Quoting Steven Surdock <[EMAIL PROTECTED]>:

I'm stepping a bit outside my area of knowledge on the topic, but I
_think_ the pf route-to directive is consulted on an inbound packet
before the routing table lookup.  Once the routing look-up is done,
either with route-to or OS, the opportunity to reroute the packet is
gone.  But both FreeBSD and OpenBSD support multipath routing, which is
performed at the OS level and should give you load-balancing across
multiple links (with the same route metric.)  I _think_ this will offer
only 50/50 load balance, but you should _really_ dig deeper into the man
pages and check for yourself.

I am note sure I understand you here correctly.

When trying to load balance connections from a local daemon (like squid) I can use a rule like (typing from memory)

pass out on $ext_if1 route-to \
    { ($ext_if1 $ext_gw1), ($ext_if2 $ext_gw2) } round-robin \
    proto tcp from $ext_if1 to any flags S/SA modulate state

and packets go via both gateways load balanced, But with same source ip, that of the default gateway (usually).
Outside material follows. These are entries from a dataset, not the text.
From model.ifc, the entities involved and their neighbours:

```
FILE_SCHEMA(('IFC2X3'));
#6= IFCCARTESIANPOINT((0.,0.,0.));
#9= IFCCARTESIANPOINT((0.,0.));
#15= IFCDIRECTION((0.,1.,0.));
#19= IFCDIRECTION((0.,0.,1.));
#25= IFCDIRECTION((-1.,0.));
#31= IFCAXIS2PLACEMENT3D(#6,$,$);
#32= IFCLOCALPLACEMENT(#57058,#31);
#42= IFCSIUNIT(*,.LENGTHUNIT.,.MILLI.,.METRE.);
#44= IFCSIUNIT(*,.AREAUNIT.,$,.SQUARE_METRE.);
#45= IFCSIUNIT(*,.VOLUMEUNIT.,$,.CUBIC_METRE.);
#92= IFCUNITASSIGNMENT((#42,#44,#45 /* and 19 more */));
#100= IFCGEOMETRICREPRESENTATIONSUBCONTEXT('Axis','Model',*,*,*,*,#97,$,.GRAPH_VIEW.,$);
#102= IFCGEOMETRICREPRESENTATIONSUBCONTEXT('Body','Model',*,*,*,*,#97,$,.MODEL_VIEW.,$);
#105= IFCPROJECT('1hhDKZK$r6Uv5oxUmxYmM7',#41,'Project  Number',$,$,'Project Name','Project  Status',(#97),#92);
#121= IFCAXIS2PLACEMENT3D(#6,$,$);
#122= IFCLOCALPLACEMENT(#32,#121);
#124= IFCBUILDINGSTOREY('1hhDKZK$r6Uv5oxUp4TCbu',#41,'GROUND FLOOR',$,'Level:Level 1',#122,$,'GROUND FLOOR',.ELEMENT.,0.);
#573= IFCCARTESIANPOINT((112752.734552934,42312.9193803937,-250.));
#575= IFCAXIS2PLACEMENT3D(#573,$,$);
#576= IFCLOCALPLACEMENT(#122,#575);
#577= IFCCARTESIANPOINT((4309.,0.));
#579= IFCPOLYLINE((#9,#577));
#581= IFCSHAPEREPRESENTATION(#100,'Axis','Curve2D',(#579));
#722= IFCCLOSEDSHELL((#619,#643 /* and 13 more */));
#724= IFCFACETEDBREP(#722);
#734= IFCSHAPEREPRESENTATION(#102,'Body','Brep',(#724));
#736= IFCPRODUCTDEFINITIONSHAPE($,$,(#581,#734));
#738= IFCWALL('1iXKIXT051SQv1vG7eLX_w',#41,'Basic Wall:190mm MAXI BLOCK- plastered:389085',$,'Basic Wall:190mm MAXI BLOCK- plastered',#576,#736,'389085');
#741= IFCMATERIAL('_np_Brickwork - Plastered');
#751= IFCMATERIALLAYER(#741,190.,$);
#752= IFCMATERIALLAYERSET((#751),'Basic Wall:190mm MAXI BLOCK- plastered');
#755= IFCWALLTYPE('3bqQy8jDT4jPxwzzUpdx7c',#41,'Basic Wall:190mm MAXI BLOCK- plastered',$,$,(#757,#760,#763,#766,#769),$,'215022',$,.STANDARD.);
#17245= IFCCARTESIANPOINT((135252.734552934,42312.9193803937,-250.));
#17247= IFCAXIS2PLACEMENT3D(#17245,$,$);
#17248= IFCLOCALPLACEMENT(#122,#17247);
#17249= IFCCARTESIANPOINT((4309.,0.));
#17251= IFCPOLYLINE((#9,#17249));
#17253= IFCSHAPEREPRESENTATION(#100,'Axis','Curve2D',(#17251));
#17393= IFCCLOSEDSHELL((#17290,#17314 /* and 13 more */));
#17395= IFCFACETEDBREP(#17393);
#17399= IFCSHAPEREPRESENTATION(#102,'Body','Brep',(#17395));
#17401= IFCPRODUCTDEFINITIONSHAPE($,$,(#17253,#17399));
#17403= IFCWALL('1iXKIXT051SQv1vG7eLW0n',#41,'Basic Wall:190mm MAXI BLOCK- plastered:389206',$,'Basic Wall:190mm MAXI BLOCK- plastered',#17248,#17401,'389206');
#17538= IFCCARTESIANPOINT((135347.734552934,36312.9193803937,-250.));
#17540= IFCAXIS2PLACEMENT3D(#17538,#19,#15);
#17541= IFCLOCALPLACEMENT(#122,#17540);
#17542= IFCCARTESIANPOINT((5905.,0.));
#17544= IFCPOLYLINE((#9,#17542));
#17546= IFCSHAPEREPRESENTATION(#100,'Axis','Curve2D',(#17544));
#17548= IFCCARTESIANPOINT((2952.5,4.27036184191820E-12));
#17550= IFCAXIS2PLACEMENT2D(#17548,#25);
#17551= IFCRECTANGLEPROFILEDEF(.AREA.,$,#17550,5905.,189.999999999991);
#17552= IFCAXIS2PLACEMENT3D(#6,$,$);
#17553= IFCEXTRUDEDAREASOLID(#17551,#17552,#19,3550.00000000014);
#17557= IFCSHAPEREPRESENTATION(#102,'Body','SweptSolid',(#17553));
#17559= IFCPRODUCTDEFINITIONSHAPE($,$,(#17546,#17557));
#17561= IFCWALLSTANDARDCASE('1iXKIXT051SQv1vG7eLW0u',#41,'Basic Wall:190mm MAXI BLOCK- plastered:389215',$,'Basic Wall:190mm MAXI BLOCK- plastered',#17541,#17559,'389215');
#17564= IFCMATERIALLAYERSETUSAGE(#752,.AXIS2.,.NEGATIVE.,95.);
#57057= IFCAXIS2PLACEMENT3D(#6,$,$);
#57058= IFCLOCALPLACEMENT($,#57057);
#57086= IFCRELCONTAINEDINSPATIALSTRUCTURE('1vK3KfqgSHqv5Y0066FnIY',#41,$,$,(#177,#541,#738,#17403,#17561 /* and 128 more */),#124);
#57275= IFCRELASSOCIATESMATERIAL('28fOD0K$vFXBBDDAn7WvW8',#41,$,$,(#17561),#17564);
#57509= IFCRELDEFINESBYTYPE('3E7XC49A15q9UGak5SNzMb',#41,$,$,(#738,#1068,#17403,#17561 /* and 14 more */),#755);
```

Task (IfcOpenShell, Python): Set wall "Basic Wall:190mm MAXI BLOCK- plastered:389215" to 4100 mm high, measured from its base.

```python
import ifcopenshell
import ifcopenshell.geom
import ifcopenshell.util.representation
import ifcopenshell.util.shape
import ifcopenshell.util.unit

model = ifcopenshell.open("model.ifc")
unit_scale = ifcopenshell.util.unit.calculate_unit_scale(model)
settings = ifcopenshell.geom.settings()


def volume(element):
    """Net volume in cubic metres, openings subtracted."""
    shape = ifcopenshell.geom.create_shape(settings, element)
    return ifcopenshell.util.shape.get_volume(shape.geometry)


wall = model.by_guid("1iXKIXT051SQv1vG7eLW0u")
before = volume(wall)

body = ifcopenshell.util.representation.get_representation(wall, "Model", "Body")
solid = body.Items[0]
old_height = solid.Depth
solid.Depth = 4.1 / unit_scale
after = volume(wall)

print(f"height {old_height:g} -> {solid.Depth:g}, volume {before:.3f} -> {after:.3f} m3")

model.write("model_v2.ifc")
```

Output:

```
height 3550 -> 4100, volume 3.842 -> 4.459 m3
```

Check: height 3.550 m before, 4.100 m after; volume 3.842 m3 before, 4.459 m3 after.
Only step missing is NAting packets on non default gateway to it's ip so that all packets exit with correct source ip.

In fact I had used another box in front of second link just to do NATing and load balancing was working correctly.

I have tried various combination of nat rules, but none of them were matching. So this is the exact problem I am facing/trying to solve.